Other Extensions of Expired Tax Provisions
Several other important tax credits, incentives and other provisions are being extended, including:
- look-thru rules for related controlled foreign corporations are extended for five years, through 2025;
- the New Markets Tax Credit is extended for five years, through 2025;
- the Work Opportunity Tax Credit is extended five years, through 2025;
- Empowerment Zone tax incentives are extended for five years, through 2025; and
- the Paid Family and Medical Leave credit (Section 45S) is extended for five years, through 2025.
Farmers’ Net Operating Loss Changes
The Act allows farmers who elected a two-year net operating loss carryback prior to the CARES Act to elect to retain that two-year carryback rather than claim the five-year carryback provided in the CARES Act.

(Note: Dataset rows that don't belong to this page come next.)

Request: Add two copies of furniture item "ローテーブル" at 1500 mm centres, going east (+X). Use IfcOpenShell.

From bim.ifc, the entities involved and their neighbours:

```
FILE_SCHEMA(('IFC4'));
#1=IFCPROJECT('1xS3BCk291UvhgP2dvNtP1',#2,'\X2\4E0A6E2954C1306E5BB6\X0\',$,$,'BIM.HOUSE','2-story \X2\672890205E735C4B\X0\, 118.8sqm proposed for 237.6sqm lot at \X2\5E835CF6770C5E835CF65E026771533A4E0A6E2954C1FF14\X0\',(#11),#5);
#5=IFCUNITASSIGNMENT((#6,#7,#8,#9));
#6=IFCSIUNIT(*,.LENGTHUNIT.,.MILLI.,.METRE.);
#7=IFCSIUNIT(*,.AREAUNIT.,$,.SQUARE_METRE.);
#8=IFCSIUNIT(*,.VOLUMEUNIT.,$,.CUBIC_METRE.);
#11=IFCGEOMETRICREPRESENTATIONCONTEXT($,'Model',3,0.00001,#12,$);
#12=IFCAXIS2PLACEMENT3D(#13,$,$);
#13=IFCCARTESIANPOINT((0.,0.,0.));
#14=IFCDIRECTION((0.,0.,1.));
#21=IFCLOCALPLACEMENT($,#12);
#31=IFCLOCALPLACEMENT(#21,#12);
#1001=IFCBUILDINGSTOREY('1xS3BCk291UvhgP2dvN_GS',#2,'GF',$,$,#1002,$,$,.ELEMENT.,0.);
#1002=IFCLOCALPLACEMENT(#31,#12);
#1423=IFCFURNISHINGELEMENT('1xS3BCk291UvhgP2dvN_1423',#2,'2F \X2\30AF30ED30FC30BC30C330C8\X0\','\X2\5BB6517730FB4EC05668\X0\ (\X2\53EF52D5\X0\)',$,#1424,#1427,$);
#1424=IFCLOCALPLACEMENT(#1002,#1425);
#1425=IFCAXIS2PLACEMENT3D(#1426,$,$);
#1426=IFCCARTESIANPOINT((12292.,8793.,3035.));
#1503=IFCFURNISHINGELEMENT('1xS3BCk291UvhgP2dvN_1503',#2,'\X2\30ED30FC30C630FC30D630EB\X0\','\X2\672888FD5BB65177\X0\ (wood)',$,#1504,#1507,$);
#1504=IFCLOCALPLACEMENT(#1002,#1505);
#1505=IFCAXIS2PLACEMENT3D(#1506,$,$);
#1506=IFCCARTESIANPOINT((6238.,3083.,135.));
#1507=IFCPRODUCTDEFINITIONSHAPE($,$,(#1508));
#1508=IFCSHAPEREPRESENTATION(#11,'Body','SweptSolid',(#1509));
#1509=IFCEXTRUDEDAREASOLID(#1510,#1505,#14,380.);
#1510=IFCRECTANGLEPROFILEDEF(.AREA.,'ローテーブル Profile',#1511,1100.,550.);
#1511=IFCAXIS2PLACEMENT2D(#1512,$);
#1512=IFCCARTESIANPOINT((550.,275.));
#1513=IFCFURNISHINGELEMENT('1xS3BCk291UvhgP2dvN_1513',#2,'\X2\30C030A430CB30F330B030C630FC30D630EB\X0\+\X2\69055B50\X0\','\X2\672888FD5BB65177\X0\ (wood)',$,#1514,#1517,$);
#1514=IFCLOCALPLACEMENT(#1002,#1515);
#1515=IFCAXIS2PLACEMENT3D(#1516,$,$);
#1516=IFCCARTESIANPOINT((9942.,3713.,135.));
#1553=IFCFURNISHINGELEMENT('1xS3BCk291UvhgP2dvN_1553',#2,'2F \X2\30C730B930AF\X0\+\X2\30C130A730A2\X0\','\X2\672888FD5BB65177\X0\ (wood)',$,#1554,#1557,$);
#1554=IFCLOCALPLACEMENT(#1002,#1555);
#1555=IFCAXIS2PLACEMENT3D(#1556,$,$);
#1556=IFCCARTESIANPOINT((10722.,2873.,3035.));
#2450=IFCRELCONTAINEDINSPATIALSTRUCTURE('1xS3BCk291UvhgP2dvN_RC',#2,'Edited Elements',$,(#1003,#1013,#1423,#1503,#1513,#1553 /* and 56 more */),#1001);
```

```python
import numpy as np
import ifcopenshell
import ifcopenshell.api.geometry
import ifcopenshell.api.root
import ifcopenshell.util.element
import ifcopenshell.util.placement
import ifcopenshell.util.unit

model = ifcopenshell.open("bim.ifc")
unit_scale = ifcopenshell.util.unit.calculate_unit_scale(model)


def reuse_history(source, copy):
    """copy_class also copies each property set's owner history, people and application; keep the originals."""
    for rel in copy.IsDefinedBy:
        if rel.is_a("IfcRelDefinesByProperties") and (history := rel.RelatingPropertyDefinition.OwnerHistory):
            rel.RelatingPropertyDefinition.OwnerHistory = source.OwnerHistory
            ifcopenshell.util.element.remove_deep2(model, history)


source = model.by_guid("1xS3BCk291UvhgP2dvN_1503")
base = ifcopenshell.util.placement.get_local_placement(source.ObjectPlacement)
step = np.array([1.0, 0.0, 0.0]) * 1.5 / unit_scale

for i in range(1, 3):
    copy = ifcopenshell.api.root.copy_class(model, product=source)
    copy.Representation = ifcopenshell.util.element.copy_deep(
        model, source.Representation, exclude=["IfcGeometricRepresentationContext", "IfcRepresentationMap"]
    )
    reuse_history(source, copy)
    matrix = base.copy()
    matrix[:3, 3] += i * step
    print("added at", matrix[:3, 3].round(3) + 0.0)
    ifcopenshell.api.geometry.edit_object_placement(model, product=copy, matrix=matrix, is_si=False)

model.write("bim-out.ifc")
```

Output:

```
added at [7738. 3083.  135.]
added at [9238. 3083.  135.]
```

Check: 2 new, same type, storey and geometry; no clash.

It also allows farmers who previously waived an election to carry back a net operating loss to revoke the waiver. These provisions apply retroactively as if included in Section 2303 of the CARES Act.
Alcohol Excise Taxes
The Act makes permanent the Craft Beverage Modernization and Tax Reform provisions of the Tax Cuts and Jobs Act.
The Act includes some disaster-related provisions for 2020 disasters apart from Covid-19, such as access to retirement funds, the employee retention credit for qualified disasters, and additional allocations for the low-income housing credit.